SUPPLIED MATERIAL Block Start
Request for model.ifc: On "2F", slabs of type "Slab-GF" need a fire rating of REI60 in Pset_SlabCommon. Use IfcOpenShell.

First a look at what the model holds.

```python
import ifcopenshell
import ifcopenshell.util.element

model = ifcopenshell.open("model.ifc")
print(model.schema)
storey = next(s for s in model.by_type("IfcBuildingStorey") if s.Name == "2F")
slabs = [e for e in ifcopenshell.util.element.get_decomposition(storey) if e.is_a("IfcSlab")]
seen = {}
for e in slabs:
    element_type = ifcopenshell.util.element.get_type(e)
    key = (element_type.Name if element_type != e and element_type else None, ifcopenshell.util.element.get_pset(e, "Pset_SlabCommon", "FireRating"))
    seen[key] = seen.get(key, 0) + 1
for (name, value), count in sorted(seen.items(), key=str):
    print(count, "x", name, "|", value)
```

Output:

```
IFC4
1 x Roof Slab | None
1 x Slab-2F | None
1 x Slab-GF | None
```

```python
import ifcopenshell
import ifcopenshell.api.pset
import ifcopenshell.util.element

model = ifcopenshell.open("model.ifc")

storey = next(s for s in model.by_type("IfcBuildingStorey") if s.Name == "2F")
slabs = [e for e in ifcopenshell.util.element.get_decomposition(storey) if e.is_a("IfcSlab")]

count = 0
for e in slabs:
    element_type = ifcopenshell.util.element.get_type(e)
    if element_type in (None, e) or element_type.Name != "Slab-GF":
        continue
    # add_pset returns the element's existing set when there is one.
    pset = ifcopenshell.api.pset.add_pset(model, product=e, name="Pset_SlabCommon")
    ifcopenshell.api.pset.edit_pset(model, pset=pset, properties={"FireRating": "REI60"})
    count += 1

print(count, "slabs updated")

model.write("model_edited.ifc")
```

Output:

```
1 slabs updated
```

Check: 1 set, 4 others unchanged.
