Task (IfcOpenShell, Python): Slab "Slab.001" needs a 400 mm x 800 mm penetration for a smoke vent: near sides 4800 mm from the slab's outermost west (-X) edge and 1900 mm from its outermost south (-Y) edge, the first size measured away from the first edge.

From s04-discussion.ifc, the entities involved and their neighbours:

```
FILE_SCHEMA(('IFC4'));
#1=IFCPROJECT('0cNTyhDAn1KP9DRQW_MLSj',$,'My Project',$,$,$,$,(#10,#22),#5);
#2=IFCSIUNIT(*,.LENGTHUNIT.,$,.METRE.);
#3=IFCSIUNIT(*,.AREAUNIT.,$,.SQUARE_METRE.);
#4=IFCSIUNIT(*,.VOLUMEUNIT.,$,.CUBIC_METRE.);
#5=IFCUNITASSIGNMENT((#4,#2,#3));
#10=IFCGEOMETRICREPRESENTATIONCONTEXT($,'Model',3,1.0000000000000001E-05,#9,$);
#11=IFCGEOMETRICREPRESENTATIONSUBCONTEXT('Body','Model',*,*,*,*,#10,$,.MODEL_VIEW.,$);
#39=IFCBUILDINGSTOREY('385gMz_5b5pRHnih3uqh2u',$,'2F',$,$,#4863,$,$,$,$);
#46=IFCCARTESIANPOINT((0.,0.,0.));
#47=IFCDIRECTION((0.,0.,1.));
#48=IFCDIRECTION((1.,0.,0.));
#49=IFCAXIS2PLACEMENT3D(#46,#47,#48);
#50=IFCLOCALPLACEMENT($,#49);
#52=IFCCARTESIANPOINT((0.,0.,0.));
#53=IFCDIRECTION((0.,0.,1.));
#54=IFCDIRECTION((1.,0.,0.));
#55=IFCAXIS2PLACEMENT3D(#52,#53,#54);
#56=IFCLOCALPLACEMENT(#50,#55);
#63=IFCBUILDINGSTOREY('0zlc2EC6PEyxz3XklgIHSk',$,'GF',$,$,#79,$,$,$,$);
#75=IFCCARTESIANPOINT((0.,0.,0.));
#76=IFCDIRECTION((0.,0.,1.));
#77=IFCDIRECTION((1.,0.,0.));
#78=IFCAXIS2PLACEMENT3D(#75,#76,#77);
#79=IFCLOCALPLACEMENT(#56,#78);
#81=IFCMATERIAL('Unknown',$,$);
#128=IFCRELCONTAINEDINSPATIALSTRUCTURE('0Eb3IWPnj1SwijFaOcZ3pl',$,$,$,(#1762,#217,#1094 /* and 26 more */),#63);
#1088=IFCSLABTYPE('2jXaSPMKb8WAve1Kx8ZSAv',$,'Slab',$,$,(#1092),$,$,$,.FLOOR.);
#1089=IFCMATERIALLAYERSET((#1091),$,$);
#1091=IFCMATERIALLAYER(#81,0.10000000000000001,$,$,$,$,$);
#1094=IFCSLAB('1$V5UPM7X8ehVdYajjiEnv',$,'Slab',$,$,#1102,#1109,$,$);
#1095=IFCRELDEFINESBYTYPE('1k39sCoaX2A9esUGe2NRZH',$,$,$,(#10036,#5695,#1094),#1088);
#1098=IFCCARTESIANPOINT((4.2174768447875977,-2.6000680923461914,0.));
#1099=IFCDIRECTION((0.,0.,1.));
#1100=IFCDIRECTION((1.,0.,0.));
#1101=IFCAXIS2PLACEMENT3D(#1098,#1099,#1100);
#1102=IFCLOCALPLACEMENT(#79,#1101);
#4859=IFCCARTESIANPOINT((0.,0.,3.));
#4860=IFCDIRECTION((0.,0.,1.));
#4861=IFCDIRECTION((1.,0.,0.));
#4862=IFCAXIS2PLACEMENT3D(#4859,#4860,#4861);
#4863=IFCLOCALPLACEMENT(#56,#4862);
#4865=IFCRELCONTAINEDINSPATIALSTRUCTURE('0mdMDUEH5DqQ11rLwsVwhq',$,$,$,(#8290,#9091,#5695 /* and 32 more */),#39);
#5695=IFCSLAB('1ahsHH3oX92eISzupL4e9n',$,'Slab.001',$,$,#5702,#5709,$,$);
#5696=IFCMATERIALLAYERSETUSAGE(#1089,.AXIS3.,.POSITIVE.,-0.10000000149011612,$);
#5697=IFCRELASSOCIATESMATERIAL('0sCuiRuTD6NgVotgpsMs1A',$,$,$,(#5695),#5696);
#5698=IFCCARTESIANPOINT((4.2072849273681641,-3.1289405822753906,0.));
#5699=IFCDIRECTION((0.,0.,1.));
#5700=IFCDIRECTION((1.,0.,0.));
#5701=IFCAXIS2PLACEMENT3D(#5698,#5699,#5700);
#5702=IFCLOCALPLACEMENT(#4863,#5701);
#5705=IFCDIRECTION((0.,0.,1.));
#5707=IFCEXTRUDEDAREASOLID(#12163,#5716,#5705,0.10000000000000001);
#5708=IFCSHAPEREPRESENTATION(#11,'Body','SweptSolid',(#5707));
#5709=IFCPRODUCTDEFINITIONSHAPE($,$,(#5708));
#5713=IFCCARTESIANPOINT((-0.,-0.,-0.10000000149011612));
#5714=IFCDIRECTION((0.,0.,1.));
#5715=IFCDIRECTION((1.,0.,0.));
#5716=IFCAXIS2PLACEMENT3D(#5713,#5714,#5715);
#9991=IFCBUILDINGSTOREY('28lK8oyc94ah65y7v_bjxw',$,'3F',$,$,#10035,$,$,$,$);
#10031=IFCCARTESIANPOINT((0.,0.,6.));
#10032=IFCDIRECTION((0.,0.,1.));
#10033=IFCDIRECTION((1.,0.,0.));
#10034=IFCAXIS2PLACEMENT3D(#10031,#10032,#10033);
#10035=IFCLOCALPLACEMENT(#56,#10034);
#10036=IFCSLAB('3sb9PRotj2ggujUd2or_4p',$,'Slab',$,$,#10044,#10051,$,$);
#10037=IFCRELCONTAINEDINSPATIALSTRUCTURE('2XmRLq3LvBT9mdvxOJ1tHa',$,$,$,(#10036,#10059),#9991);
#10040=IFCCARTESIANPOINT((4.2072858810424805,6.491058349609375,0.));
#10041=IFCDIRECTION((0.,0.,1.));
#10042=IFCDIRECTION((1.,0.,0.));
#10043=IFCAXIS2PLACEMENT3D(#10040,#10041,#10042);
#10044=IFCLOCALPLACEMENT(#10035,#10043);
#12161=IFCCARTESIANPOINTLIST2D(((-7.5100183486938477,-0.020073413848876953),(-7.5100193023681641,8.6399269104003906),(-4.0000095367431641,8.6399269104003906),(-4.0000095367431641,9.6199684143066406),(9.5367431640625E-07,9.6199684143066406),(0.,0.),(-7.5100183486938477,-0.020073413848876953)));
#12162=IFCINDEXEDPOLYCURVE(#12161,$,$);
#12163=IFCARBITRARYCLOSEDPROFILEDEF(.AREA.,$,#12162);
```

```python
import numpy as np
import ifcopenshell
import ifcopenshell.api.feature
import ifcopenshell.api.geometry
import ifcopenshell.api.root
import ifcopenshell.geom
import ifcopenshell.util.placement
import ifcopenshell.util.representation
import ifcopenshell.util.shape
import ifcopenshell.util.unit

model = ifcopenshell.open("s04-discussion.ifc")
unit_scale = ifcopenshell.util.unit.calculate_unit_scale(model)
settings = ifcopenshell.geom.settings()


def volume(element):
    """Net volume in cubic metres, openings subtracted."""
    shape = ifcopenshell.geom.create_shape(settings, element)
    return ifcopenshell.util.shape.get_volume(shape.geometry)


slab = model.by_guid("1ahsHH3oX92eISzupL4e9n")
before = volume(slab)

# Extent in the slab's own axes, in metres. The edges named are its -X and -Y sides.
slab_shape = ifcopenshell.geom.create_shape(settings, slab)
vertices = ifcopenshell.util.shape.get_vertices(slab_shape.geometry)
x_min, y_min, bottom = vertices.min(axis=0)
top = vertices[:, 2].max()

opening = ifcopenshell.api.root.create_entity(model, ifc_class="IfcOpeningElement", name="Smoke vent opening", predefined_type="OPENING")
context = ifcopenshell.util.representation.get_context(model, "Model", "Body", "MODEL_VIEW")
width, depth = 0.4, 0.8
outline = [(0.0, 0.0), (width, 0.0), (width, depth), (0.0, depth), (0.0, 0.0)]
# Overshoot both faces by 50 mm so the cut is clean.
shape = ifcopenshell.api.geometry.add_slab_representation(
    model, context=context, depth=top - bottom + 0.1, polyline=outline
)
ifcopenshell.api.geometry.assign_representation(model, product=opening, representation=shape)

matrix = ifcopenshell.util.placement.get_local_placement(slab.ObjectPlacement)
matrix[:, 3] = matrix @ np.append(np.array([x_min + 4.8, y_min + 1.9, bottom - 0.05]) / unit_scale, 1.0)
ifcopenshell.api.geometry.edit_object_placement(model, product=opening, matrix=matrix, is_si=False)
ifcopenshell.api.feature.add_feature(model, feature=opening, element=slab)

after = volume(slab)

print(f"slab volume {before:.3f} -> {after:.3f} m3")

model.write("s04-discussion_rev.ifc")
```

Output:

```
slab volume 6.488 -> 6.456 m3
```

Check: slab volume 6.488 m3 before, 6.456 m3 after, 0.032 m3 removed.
SUPPLIED MATERIAL Block End
SUPPLIED MATERIAL Block Start
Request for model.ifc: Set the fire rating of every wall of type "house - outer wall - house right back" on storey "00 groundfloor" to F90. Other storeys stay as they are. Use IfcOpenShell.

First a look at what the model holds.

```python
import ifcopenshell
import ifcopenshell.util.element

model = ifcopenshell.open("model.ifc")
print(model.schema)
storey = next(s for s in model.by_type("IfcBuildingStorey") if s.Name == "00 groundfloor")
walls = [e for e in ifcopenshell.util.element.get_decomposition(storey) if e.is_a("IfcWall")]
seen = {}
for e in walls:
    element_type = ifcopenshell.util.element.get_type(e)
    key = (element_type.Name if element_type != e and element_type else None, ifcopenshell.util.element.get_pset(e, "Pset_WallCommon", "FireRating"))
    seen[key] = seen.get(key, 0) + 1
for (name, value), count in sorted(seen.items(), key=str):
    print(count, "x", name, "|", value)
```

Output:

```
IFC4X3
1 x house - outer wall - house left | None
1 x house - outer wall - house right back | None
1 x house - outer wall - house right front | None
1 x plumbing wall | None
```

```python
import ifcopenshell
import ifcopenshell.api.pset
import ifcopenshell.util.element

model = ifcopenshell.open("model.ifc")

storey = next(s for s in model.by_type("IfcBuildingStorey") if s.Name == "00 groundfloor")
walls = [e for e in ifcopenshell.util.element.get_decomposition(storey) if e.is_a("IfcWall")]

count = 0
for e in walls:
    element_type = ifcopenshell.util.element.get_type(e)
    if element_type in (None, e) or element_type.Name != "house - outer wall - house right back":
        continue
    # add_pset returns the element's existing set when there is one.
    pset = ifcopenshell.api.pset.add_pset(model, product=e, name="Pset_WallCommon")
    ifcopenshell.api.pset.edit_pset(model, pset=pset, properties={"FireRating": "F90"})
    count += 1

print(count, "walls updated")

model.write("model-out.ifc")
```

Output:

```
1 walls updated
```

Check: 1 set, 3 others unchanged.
SUPPLIED MATERIAL Block End
● **EXERCISE INSTRUCTIONS**
Report all lines of the data that include the word "unchanged".

● **RESULT FOR THIS EXERCISE**
Check: 1 set, 4 others unchanged.
Check: 1 set, 3 others unchanged.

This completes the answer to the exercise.